PEM, or Post-Exertional Malaise, is common in many people with Long COVID, meaning that physical, mental, or sensory activity triggers can cause a flare-up in symptoms lasting from hours to weeks. It is one of many factors that contributes to the chronic and frequently disabling nature of Long COVID.

The study, led by FHS Assistant Professor Dr. Julia Smith, aims to analyze experiences with virtual care through an intersectional lens and ultimately produce a national guidebook providing recommendations on improving virtual care access for people with Long COVID.

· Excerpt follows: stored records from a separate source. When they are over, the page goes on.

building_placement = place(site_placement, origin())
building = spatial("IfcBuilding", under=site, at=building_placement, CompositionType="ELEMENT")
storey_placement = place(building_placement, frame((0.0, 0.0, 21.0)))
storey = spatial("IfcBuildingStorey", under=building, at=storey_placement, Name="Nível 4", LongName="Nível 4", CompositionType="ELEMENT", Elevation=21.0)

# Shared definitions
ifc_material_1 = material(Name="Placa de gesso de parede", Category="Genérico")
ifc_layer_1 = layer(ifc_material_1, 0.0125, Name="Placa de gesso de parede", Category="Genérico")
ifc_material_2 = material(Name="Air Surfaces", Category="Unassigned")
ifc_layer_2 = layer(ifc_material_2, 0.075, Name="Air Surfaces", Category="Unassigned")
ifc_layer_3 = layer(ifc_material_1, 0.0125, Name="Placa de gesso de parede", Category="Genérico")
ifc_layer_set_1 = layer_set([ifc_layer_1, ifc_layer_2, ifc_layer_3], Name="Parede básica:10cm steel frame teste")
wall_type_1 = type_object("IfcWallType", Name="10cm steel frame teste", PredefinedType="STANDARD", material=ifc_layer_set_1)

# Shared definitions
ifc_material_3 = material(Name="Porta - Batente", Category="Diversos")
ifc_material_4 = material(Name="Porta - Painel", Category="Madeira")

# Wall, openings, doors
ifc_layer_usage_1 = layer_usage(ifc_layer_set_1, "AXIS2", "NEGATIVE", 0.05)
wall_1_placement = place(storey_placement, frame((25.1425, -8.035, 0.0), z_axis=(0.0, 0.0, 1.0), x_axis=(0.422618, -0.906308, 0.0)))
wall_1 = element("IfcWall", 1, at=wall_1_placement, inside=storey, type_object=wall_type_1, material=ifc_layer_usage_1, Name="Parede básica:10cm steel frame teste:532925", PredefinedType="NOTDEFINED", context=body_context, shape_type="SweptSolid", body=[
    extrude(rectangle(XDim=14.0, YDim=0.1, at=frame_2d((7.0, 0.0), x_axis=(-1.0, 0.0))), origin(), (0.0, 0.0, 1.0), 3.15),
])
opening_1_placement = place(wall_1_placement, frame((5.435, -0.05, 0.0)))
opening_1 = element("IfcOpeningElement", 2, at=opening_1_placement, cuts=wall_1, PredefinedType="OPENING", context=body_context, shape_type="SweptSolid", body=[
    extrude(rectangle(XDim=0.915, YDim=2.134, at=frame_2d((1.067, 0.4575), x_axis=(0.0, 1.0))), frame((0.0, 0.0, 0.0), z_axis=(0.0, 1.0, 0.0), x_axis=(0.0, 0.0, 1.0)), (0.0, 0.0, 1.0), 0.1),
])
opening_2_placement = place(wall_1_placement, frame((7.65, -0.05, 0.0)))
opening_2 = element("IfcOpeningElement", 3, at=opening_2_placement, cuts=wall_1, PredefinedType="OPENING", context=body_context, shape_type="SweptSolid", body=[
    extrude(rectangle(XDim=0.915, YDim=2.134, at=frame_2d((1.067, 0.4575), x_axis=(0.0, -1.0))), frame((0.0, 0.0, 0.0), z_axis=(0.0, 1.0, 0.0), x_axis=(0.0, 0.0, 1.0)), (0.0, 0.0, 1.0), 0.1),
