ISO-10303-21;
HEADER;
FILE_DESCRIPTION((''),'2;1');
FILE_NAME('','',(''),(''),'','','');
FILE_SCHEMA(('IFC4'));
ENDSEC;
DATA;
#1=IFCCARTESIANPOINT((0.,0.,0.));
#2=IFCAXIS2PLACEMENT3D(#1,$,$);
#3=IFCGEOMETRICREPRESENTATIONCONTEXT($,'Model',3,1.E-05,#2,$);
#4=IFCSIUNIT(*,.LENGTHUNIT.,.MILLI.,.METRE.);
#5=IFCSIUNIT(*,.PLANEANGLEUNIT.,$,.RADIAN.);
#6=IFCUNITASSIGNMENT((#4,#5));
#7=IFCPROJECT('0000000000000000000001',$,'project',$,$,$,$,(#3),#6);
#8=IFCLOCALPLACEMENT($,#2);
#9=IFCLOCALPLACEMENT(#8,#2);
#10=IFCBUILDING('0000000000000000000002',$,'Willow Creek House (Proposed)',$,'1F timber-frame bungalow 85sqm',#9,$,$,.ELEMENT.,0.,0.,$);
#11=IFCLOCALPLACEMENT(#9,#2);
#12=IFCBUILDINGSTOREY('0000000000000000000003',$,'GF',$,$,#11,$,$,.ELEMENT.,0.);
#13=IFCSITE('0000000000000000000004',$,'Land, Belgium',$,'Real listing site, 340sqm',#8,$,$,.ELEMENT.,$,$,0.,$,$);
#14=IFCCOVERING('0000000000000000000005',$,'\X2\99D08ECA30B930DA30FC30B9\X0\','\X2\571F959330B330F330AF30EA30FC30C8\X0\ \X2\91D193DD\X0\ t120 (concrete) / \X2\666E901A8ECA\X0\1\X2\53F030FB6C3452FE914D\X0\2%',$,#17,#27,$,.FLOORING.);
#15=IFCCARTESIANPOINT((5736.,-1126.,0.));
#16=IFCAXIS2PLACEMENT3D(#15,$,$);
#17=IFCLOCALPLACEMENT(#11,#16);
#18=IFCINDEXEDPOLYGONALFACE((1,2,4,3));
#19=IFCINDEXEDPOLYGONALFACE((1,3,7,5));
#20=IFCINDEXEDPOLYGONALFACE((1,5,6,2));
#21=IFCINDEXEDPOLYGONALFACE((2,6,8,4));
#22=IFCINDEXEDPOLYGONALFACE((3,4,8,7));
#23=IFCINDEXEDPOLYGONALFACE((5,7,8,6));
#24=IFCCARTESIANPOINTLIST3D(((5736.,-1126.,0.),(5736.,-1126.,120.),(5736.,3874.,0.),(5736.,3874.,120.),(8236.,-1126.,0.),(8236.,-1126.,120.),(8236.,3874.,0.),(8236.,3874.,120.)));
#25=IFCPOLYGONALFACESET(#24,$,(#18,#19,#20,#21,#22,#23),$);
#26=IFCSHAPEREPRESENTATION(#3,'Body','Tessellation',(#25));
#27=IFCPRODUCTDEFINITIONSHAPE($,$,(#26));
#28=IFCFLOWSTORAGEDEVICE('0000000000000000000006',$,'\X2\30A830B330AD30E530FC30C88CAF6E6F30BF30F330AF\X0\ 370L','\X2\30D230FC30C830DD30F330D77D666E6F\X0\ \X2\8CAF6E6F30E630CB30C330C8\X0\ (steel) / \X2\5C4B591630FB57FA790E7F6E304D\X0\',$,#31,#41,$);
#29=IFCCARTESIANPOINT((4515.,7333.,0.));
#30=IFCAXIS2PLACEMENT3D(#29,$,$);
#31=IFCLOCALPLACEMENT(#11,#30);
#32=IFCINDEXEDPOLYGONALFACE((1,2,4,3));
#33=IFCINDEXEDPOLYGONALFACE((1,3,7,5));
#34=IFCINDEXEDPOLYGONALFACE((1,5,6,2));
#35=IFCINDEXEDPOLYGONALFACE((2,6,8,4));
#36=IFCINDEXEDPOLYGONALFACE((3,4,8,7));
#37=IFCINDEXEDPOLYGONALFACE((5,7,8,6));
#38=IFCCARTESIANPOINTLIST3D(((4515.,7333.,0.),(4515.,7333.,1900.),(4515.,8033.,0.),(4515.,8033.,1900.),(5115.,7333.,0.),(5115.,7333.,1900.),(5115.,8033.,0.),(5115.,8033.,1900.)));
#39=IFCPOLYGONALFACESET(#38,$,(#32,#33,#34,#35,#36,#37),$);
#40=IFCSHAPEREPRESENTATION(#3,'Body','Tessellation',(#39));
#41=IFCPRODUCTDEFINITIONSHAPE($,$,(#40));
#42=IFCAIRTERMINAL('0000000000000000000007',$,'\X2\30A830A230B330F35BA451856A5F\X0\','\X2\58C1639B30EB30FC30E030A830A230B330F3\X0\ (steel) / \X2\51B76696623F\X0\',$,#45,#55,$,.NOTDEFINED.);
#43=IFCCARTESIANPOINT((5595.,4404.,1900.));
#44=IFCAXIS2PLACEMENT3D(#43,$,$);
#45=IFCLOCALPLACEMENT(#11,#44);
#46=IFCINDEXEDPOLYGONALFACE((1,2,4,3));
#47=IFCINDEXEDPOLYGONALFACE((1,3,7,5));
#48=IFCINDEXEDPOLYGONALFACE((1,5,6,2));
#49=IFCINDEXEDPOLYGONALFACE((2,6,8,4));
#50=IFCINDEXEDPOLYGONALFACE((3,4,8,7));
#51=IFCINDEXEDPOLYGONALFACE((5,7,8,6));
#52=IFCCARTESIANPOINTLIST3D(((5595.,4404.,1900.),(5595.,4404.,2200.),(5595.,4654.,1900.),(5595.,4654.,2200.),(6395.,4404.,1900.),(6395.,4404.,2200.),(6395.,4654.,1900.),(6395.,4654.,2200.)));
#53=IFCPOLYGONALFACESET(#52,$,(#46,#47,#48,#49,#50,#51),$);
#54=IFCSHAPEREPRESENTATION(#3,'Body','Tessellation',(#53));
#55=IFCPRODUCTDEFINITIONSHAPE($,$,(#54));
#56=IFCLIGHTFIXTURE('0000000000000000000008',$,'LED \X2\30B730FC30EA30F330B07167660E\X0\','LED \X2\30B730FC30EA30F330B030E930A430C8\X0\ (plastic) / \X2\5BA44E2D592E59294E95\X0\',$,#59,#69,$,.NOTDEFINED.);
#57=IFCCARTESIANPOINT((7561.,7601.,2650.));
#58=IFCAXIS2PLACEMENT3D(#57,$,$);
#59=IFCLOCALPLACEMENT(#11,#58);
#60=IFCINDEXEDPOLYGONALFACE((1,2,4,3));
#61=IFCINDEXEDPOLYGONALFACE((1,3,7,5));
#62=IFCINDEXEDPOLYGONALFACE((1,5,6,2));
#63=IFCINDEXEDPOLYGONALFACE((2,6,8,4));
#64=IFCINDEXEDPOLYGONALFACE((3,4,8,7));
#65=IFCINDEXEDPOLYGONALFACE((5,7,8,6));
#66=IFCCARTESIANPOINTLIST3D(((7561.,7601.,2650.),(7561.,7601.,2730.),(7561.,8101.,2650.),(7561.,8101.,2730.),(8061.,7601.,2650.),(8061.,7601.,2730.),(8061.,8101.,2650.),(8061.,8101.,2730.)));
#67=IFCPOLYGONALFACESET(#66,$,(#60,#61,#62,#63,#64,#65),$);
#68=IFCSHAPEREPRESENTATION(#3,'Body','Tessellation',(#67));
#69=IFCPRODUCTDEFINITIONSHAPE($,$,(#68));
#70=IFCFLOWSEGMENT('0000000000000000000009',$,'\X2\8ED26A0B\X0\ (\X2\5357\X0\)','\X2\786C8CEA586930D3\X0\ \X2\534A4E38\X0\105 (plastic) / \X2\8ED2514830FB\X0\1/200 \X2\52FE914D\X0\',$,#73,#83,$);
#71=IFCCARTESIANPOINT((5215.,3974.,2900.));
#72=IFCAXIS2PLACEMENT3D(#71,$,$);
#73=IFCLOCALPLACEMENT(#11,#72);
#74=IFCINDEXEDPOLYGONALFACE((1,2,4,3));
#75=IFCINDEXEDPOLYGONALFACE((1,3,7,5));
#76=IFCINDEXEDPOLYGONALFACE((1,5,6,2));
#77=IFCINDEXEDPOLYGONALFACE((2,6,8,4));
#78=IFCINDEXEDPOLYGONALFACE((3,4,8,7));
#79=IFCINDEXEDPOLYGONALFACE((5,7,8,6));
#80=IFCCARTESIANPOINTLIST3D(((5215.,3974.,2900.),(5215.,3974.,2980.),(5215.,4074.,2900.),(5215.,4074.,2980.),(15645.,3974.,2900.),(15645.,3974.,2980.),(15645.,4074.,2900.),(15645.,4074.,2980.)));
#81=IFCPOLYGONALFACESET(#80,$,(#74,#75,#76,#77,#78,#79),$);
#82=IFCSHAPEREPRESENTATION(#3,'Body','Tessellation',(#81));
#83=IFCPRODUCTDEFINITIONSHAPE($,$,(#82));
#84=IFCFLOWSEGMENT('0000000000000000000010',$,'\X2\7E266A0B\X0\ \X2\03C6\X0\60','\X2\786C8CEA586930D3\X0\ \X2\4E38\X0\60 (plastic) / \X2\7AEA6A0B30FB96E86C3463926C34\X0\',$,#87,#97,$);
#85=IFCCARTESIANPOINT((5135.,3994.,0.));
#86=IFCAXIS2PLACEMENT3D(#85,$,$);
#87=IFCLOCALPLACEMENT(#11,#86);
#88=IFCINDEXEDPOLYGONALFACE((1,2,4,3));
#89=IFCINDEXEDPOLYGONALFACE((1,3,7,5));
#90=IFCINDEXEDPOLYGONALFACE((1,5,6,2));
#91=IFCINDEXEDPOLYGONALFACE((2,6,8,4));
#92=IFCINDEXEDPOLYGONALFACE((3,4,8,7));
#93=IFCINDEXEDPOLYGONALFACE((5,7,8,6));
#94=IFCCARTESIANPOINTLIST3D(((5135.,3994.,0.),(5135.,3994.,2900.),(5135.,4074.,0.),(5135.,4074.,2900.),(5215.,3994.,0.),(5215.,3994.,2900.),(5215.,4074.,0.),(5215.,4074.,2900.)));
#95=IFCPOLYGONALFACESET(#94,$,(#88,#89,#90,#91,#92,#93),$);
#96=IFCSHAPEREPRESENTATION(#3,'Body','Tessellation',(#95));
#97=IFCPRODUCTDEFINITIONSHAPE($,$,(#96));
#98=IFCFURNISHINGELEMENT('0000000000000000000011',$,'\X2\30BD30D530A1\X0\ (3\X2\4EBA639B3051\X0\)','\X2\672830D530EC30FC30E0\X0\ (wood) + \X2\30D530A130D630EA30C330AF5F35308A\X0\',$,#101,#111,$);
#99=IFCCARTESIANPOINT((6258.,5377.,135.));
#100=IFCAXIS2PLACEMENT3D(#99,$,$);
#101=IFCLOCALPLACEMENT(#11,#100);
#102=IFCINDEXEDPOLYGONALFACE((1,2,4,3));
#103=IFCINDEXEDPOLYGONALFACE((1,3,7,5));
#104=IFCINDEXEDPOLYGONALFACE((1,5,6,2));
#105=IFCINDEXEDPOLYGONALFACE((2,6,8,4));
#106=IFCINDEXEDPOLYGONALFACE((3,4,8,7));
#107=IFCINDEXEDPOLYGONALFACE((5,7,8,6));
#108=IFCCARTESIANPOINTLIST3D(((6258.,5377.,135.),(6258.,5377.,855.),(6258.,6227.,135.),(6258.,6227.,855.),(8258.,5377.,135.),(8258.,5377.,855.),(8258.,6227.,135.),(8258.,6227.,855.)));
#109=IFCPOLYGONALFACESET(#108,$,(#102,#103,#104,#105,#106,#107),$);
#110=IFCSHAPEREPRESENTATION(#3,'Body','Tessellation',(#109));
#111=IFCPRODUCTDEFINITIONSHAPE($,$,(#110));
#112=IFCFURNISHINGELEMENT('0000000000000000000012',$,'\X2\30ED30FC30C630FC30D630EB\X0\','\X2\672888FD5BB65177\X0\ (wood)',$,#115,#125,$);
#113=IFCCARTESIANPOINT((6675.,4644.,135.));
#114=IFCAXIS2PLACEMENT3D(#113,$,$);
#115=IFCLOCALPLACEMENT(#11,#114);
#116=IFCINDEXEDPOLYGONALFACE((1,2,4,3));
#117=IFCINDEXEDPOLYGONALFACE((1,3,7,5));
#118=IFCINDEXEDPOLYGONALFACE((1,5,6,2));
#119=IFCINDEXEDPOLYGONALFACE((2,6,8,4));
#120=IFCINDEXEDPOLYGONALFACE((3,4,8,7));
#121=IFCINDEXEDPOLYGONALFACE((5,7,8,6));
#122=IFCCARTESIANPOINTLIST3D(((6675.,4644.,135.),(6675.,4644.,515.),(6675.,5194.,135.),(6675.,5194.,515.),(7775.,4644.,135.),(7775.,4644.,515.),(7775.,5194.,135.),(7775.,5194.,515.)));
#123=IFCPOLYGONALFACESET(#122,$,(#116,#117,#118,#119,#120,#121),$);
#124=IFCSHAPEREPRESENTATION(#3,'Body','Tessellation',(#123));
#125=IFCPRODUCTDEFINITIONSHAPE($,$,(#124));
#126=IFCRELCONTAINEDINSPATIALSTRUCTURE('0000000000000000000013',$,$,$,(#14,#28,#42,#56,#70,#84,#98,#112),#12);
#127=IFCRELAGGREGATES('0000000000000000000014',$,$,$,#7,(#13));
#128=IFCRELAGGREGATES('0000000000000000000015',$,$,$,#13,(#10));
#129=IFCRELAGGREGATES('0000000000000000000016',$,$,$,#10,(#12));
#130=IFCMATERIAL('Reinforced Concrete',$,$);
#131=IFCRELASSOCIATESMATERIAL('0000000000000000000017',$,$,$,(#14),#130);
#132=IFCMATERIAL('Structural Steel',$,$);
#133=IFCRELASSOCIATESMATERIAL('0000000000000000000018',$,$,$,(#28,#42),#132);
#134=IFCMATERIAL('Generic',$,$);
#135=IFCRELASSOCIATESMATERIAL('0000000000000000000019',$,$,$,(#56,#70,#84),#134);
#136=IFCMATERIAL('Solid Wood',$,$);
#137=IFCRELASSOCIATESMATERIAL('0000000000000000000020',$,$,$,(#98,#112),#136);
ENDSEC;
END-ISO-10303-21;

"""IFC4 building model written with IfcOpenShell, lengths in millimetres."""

from ifc_helpers import new_model, si_unit, frame, frame_2d, origin, place, context, project, spatial, rectangle, extrude, material, element, save


model = new_model("IFC4")

# Units and contexts
model_context = context("Model", 3, precision=1e-05, world=origin())
ifc_project = project(units=[si_unit("LENGTHUNIT", "METRE", prefix="MILLI"), si_unit("PLANEANGLEUNIT", "RADIAN")], contexts=[model_context])

# Site, building, storey
site_placement = place(None, origin())
site = spatial("IfcSite", under=ifc_project, at=site_placement, Name="Land, Belgium", ObjectType="Real listing site, 340sqm", CompositionType="ELEMENT", RefElevation=0.0)
building_placement = place(site_placement, origin())
building = spatial("IfcBuilding", under=site, at=building_placement, Name="Willow Creek House (Proposed)", ObjectType="1F timber-frame bungalow 85sqm", CompositionType="ELEMENT", ElevationOfRefHeight=0.0, ElevationOfTerrain=0.0)
storey_placement = place(building_placement, origin())
storey = spatial("IfcBuildingStorey", under=building, at=storey_placement, Name="GF", CompositionType="ELEMENT", Elevation=0.0)

# Shared definitions
ifc_material_1 = material(Name="Solid Wood")

# Shared definitions
ifc_material_2 = material(Name="Reinforced Concrete")

# Shared definitions
ifc_material_3 = material(Name="Structural Steel")

# Covering
ifc_material_4 = material(Name="Generic")
covering_1_placement = place(storey_placement, frame((5736.0, -1126.0, 0.0)))
element("IfcCovering", 1, at=covering_1_placement, inside=storey, material=ifc_material_2, Name="駐車スペース", Description="土間コンクリート 金鏝 t120 (concrete) / 普通車1台・水勾配2%", PredefinedType="FLOORING", context=model_context, shape_type="SweptSolid", body=[
    extrude(rectangle(XDim=2500.0, YDim=5000.0, at=frame_2d((1250.0, 2500.0))), frame((5736.0, -1126.0, 0.0)), (0.0, 0.0, 1.0), 120.0),
])

# Flow storage device
flow_storage_device_placement = place(storey_placement, frame((4515.0, 7333.0, 0.0)))
element("IfcFlowStorageDevice", 2, at=flow_storage_device_placement, inside=storey, material=ifc_material_3, Name="エコキュート貯湯タンク 370L", Description="ヒートポンプ給湯 貯湯ユニット (steel) / 屋外・基礎置き", context=model_context, shape_type="SweptSolid", body=[
    extrude(rectangle(XDim=600.0, YDim=700.0, at=frame_2d((300.0, 350.0))), frame((4515.0, 7333.0, 0.0)), (0.0, 0.0, 1.0), 1900.0),
])

# Air terminal
air_terminal_placement = place(storey_placement, frame((5595.0, 4404.0, 1900.0)))
element("IfcAirTerminal", 3, at=air_terminal_placement, inside=storey, material=ifc_material_3, Name="エアコン室内機", Description="壁掛ルームエアコン (steel) / 冷暖房", PredefinedType="NOTDEFINED", context=model_context, shape_type="SweptSolid", body=[
    extrude(rectangle(XDim=800.0, YDim=250.0, at=frame_2d((400.0, 125.0))), frame((5595.0, 4404.0, 1900.0)), (0.0, 0.0, 1.0), 300.0),
])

A research brief detailing the findings to date from the national survey was issued this fall. In addition to the identification of the importance of virtual care, 69 per cent of respondents shared that their primary care provider had low-to-no awareness of Long COVID, identifying another immediate and significant barrier to accessing health care

“These preliminary results suggest that virtual care is particularly helpful for people with Long COVID who face barriers accessing health services such as rural, racialized and 2SLGBTQIA+ patients,” explains Smith. “We are conducting further research to better understand how virtual healthcare can better serve these groups.”

Additional recommendations include increasing availability of specialized Long COVID services in Canada—a suggestion that will require training more specialists and care providers on Long COVID management for informed, effective, and safe care.

The next phases of the study will include conducting focus groups with equity-deserving populations who have Long COVID and hosting a deliberative dialogue session among patients, clinicians, and policymakers to better identify systemic solutions to address this growing gap in health care.